------ Provided records
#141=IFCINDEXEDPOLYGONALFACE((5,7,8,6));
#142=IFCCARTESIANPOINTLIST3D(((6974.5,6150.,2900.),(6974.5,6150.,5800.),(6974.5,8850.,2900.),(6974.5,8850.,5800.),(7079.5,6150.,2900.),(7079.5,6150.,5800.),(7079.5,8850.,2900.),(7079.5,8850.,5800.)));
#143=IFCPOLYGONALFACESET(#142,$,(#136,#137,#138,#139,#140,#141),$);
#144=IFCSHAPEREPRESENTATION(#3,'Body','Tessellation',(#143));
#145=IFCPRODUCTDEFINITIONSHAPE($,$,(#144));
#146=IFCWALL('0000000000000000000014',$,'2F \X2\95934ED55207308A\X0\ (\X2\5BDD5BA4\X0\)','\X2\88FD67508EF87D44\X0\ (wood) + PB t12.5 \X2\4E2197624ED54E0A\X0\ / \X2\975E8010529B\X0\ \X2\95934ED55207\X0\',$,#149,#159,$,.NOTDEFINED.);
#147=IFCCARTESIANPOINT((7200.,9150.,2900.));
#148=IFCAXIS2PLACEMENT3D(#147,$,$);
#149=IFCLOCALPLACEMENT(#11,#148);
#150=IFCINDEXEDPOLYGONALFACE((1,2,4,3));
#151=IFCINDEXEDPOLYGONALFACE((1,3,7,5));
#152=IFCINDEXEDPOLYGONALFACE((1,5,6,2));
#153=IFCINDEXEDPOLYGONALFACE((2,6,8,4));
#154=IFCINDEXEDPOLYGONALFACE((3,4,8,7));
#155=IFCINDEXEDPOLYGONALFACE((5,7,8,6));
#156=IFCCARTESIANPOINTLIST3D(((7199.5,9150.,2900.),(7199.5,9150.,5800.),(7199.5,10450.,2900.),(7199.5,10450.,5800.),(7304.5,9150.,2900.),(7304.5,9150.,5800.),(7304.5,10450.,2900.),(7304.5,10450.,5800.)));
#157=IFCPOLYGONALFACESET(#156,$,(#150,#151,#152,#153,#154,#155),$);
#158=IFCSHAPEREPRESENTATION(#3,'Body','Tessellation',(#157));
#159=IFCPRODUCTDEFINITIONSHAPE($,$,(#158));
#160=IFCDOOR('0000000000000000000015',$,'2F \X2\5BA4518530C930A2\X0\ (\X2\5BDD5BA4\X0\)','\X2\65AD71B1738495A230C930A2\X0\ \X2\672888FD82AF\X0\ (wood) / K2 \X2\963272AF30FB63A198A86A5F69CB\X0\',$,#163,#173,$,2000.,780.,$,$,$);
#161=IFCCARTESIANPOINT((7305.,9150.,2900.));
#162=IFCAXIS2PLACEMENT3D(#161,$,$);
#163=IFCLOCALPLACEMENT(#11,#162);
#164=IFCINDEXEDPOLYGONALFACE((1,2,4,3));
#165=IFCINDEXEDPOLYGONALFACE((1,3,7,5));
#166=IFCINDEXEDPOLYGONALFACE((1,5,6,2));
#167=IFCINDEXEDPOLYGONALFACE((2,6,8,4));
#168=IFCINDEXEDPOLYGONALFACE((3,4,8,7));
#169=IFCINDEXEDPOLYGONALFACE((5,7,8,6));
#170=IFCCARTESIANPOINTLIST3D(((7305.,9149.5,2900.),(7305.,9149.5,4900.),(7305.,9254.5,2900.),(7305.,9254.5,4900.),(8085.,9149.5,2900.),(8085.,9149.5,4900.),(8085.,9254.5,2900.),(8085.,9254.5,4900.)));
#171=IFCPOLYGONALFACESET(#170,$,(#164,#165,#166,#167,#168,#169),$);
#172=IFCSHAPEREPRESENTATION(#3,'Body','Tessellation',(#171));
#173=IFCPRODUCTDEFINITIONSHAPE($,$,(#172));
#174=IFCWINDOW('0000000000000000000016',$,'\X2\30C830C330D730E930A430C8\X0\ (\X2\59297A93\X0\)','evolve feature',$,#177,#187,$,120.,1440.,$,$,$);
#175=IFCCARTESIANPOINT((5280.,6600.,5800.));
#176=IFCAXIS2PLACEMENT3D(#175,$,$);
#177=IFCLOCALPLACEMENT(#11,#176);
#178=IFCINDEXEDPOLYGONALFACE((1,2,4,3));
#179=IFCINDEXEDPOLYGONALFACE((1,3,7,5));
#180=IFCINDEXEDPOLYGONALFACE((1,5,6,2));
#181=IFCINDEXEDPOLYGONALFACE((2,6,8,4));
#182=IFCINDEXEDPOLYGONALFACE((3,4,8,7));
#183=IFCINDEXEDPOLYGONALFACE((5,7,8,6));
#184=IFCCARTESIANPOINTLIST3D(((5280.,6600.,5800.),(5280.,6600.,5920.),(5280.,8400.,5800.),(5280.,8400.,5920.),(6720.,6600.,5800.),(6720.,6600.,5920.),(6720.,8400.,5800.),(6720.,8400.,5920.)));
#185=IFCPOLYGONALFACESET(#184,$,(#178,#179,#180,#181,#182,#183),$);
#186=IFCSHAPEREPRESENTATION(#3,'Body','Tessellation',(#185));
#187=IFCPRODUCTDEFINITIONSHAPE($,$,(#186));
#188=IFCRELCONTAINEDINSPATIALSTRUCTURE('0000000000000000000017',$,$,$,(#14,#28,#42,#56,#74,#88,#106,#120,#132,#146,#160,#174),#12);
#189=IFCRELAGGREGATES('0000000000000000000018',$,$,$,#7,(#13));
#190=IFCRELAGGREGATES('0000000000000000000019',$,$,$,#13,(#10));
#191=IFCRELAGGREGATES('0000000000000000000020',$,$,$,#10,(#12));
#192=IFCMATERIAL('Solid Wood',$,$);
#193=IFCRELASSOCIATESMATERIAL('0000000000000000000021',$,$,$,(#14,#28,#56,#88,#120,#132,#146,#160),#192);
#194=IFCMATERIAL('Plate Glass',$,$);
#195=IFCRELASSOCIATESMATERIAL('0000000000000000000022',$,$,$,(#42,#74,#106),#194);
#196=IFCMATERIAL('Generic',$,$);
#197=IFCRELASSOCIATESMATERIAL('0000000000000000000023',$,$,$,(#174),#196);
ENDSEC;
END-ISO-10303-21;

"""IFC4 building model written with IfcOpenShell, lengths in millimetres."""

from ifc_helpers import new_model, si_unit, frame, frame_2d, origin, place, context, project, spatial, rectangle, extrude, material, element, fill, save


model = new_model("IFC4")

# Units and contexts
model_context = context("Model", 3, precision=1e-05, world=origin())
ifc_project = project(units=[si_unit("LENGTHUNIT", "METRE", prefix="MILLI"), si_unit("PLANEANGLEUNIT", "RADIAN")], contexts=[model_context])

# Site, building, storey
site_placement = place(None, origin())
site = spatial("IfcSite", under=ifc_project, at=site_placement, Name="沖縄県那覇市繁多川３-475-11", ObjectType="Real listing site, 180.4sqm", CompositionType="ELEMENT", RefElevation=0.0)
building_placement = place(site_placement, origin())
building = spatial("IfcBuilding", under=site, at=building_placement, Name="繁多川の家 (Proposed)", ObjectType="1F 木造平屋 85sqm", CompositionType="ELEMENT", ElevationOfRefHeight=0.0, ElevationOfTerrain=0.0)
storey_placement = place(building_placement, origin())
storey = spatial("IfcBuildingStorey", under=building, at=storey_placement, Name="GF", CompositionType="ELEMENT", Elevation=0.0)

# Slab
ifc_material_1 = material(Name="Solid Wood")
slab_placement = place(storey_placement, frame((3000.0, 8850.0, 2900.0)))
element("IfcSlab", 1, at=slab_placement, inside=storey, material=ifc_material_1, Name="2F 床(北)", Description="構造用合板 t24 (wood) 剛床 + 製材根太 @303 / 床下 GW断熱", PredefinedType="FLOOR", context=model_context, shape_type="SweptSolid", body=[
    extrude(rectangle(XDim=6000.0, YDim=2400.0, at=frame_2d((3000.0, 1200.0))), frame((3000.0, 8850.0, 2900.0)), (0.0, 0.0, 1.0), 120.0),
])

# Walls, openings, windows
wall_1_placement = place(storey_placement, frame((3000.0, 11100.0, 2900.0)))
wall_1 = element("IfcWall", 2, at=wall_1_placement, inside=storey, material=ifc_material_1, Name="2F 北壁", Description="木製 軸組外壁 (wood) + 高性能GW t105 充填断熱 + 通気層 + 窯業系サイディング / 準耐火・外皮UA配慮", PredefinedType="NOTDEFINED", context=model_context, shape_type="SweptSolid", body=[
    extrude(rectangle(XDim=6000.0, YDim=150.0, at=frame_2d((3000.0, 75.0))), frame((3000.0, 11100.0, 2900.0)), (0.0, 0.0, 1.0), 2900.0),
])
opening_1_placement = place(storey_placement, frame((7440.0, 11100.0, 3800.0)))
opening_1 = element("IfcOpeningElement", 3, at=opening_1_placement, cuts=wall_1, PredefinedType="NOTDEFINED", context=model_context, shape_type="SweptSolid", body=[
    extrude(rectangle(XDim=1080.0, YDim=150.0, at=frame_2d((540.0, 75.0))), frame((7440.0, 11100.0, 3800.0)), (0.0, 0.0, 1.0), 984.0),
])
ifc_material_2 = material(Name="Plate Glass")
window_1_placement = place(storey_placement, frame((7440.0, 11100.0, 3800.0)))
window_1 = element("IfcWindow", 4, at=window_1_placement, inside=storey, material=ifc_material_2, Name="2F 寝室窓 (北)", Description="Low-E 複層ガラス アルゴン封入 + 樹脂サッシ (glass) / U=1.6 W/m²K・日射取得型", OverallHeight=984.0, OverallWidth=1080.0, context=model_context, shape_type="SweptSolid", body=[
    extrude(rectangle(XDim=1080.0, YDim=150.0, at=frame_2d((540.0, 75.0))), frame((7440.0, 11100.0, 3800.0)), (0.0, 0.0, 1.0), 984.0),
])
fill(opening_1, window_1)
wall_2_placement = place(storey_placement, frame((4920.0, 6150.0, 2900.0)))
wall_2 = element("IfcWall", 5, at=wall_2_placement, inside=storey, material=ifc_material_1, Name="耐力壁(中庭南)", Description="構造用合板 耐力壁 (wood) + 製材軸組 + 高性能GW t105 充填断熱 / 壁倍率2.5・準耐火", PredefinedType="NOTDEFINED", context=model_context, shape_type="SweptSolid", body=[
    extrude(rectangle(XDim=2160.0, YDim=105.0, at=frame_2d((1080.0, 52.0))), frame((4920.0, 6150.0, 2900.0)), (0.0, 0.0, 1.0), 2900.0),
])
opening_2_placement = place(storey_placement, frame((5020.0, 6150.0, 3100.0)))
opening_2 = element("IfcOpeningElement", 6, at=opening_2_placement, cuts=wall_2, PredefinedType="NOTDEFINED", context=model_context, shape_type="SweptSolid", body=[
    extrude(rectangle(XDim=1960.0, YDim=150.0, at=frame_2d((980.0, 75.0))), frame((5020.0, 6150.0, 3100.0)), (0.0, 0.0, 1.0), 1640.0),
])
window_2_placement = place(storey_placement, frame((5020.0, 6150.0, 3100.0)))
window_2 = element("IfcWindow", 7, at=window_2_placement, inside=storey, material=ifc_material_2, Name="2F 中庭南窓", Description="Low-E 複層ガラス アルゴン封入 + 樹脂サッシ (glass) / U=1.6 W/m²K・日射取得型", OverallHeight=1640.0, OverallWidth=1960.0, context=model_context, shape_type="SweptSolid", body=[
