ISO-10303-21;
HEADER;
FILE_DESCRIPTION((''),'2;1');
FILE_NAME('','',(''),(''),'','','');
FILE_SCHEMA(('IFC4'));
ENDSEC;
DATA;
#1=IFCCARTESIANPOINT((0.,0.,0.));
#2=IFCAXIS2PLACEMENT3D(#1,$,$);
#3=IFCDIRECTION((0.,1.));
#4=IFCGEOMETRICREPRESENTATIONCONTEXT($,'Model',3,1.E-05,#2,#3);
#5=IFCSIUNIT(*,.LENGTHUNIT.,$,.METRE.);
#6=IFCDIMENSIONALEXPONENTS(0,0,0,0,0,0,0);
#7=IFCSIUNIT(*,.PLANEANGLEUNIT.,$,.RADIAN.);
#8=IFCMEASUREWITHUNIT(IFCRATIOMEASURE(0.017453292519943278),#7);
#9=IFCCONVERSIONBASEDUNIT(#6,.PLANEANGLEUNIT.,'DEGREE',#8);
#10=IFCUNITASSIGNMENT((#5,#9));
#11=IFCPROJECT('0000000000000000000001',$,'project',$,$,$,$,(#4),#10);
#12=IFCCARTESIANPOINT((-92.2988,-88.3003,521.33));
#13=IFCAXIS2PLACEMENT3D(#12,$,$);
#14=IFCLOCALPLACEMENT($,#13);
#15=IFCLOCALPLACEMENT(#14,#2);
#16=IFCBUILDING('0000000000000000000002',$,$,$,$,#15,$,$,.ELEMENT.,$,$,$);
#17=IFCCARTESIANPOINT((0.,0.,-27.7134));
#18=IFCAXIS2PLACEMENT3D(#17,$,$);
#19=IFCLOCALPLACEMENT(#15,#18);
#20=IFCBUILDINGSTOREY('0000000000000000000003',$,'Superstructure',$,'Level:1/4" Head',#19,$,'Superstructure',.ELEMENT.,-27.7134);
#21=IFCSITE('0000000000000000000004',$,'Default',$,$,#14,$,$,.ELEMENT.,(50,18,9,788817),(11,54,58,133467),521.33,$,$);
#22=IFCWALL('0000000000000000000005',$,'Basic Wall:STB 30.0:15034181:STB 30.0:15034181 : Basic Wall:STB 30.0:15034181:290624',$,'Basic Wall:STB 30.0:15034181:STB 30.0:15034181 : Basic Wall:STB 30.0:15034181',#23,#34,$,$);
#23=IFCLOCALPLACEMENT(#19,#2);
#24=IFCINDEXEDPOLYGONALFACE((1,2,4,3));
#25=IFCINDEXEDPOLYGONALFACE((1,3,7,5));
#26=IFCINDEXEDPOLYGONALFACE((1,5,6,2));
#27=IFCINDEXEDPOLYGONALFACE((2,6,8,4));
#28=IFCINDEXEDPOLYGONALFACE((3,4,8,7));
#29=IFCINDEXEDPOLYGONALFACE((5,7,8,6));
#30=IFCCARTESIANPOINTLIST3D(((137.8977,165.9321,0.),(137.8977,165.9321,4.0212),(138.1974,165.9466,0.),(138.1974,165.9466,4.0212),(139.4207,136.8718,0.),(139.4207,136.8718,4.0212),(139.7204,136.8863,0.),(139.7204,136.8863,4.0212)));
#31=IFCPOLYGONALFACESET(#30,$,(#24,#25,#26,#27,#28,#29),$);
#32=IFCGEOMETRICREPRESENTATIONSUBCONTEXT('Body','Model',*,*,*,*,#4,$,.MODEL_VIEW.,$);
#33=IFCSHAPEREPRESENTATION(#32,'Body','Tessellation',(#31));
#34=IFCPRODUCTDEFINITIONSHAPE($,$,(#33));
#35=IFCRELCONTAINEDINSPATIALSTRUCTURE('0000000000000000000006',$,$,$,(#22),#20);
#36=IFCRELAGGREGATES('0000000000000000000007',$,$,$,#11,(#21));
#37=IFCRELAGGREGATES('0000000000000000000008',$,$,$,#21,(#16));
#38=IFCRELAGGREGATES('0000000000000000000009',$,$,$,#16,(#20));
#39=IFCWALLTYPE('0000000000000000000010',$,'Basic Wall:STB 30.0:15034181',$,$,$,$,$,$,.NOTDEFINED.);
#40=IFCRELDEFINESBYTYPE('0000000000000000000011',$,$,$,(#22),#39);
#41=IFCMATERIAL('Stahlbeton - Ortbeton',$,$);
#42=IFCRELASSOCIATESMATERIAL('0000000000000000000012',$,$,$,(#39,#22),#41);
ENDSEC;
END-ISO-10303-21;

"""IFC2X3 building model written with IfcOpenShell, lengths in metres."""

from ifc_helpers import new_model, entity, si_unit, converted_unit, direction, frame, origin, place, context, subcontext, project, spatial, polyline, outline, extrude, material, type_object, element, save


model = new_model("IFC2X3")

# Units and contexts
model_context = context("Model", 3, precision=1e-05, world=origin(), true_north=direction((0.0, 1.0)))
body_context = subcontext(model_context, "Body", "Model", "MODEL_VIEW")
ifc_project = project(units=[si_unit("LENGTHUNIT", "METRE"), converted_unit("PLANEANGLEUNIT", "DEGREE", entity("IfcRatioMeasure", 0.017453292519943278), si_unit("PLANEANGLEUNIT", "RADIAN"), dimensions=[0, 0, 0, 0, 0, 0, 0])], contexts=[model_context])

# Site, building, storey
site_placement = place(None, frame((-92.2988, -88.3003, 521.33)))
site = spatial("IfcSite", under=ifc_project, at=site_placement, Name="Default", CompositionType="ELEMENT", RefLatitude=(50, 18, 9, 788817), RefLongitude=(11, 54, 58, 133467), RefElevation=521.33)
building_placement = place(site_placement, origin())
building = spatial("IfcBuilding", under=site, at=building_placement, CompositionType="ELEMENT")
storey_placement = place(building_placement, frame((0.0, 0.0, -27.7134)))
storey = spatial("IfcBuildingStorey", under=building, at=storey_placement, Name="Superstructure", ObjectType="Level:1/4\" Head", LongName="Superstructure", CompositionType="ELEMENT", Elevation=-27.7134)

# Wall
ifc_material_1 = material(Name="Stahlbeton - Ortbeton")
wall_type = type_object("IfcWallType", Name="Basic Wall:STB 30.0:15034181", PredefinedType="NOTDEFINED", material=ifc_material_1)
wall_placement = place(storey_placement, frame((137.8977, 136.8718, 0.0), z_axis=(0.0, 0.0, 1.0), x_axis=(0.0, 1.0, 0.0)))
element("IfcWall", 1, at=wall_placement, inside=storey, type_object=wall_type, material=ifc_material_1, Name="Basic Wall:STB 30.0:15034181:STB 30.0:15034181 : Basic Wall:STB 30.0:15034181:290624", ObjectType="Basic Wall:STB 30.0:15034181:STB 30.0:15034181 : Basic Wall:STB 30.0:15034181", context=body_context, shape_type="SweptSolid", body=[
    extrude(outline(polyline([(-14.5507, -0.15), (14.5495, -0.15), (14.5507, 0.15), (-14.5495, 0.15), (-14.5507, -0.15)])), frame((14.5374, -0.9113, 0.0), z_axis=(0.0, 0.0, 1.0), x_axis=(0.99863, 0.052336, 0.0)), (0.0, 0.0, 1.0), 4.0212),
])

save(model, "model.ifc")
------------
------ Provided records
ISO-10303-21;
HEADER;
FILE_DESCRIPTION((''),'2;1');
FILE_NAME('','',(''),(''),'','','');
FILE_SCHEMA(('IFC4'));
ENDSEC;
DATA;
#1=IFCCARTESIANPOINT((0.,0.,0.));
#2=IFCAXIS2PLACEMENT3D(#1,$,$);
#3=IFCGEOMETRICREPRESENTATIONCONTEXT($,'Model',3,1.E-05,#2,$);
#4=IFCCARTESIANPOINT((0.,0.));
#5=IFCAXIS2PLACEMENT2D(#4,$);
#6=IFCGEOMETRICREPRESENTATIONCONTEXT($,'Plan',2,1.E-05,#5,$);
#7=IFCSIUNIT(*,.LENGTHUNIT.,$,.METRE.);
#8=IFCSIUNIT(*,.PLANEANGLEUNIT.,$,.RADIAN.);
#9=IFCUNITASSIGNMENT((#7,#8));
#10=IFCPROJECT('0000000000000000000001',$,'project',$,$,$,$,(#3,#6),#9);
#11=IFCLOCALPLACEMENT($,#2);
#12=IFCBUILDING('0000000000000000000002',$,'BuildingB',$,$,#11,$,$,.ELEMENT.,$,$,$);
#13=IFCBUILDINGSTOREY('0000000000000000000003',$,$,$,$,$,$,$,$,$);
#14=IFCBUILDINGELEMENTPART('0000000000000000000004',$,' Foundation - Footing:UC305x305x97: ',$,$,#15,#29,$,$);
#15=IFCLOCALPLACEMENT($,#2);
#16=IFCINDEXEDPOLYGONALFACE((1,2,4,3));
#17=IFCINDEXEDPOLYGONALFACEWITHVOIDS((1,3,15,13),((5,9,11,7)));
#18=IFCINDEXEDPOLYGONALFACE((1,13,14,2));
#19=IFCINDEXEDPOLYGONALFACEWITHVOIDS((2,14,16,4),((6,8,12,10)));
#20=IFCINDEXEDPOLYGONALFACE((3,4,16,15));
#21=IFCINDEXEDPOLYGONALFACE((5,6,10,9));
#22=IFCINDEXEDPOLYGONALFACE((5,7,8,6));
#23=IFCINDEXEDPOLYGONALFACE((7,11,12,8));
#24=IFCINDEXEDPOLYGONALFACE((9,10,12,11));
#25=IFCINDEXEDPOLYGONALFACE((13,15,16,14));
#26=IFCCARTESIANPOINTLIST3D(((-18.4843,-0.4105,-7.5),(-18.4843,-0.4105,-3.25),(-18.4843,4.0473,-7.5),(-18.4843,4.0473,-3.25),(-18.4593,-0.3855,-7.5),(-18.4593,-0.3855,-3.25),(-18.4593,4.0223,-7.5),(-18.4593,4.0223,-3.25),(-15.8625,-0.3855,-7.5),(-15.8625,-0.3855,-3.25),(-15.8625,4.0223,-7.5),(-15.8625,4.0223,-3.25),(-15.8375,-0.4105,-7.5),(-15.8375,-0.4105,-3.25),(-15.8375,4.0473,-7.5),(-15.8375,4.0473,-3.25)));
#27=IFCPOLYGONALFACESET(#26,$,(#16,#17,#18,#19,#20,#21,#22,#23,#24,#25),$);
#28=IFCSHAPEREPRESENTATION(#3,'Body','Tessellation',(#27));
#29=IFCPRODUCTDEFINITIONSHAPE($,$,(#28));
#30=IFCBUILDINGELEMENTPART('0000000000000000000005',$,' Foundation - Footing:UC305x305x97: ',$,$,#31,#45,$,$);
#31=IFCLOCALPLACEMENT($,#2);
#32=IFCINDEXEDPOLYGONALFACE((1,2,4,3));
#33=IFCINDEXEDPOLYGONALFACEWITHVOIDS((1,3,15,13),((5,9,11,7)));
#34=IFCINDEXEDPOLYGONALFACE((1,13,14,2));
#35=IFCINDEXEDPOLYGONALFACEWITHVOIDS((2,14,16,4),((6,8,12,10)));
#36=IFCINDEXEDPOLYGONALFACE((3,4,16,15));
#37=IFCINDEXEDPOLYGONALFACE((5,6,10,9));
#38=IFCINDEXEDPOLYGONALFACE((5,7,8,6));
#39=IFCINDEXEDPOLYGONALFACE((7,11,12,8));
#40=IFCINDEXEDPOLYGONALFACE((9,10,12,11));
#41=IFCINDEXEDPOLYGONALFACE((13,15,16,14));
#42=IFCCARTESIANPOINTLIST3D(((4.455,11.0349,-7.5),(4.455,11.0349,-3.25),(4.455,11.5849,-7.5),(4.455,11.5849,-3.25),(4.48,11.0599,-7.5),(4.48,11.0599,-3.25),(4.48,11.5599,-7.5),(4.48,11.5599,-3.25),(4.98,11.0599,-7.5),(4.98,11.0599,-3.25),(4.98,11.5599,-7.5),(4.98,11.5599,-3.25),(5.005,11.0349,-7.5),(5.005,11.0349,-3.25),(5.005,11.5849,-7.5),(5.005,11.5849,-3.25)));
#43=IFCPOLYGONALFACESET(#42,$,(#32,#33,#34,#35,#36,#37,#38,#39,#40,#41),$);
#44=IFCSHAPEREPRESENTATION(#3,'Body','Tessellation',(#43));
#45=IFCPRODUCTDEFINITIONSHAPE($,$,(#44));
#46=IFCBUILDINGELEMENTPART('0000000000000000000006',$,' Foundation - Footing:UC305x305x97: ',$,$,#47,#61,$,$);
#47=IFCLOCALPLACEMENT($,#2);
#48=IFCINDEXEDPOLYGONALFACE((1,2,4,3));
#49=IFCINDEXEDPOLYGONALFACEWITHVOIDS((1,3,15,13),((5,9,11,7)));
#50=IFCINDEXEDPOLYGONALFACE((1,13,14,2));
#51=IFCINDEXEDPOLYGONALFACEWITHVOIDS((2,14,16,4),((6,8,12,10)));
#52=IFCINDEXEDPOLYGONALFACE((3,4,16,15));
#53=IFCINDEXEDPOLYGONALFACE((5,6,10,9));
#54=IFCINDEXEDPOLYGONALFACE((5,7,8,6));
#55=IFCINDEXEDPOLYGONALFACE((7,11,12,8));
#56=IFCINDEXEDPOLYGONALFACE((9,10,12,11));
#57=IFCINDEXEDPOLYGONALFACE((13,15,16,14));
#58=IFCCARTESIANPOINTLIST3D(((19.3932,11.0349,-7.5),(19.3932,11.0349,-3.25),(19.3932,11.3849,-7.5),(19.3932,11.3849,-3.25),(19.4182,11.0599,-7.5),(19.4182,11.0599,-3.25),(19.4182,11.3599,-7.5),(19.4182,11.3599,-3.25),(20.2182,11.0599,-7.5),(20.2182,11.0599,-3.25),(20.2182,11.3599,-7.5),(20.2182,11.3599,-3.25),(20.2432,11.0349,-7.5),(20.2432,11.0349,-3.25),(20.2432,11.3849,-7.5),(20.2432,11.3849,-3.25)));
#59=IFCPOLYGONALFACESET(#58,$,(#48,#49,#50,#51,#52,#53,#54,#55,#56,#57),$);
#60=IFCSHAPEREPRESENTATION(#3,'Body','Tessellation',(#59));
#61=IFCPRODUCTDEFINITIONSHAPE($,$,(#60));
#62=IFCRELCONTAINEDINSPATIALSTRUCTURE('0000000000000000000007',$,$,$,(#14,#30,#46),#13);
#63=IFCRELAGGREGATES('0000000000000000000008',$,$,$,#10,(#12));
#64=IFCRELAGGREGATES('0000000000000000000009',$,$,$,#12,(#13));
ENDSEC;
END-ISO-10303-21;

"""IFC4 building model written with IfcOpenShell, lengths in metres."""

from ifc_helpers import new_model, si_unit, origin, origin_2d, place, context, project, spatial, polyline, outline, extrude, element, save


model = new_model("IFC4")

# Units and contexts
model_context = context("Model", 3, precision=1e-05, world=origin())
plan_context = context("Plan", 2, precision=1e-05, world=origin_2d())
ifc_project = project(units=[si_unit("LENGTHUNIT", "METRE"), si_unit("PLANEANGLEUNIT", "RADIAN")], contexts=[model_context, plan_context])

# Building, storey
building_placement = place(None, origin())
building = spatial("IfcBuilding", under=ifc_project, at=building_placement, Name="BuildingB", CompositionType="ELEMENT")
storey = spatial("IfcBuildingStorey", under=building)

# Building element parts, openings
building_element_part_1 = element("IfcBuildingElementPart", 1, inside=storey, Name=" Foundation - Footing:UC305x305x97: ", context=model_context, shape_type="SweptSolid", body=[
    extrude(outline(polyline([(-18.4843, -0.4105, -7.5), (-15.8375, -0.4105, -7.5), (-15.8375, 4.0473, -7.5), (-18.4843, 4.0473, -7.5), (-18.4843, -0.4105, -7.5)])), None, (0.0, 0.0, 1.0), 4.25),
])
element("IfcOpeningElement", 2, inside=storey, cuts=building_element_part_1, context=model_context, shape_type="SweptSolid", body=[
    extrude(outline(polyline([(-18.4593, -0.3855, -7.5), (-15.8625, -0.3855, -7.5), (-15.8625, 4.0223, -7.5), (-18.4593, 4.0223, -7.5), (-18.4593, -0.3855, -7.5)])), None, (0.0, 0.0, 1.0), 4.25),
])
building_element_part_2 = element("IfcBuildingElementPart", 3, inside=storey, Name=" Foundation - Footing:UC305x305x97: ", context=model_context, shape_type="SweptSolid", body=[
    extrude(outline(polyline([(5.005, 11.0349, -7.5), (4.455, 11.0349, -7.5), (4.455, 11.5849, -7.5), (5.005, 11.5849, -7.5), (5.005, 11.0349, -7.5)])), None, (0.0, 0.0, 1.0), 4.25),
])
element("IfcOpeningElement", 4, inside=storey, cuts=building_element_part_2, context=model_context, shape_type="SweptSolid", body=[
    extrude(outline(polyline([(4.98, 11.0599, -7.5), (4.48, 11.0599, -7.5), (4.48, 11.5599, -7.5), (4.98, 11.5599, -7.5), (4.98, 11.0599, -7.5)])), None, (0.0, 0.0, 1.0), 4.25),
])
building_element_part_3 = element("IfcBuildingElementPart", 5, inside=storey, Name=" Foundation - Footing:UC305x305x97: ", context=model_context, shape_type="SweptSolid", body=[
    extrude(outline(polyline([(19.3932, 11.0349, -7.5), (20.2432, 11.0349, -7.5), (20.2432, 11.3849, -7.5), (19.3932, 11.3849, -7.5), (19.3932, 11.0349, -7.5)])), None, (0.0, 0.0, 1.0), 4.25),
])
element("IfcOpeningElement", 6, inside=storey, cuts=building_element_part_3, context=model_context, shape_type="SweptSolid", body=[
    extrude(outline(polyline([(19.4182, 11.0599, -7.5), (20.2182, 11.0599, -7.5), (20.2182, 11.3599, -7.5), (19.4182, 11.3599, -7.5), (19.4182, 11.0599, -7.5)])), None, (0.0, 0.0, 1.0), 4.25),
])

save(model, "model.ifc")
------------
**Problem statement:**
Pull every line containing "IFCINDEXEDPOLYGONALFACEWITHVOIDS" from the data.

**Reply to the task:**
#17=IFCINDEXEDPOLYGONALFACEWITHVOIDS((1,3,15,13),((5,9,11,7)));
#19=IFCINDEXEDPOLYGONALFACEWITHVOIDS((2,14,16,4),((6,8,12,10)));
#33=IFCINDEXEDPOLYGONALFACEWITHVOIDS((1,3,15,13),((5,9,11,7)));
#35=IFCINDEXEDPOLYGONALFACEWITHVOIDS((2,14,16,4),((6,8,12,10)));
#49=IFCINDEXEDPOLYGONALFACEWITHVOIDS((1,3,15,13),((5,9,11,7)));
#51=IFCINDEXEDPOLYGONALFACEWITHVOIDS((2,14,16,4),((6,8,12,10)));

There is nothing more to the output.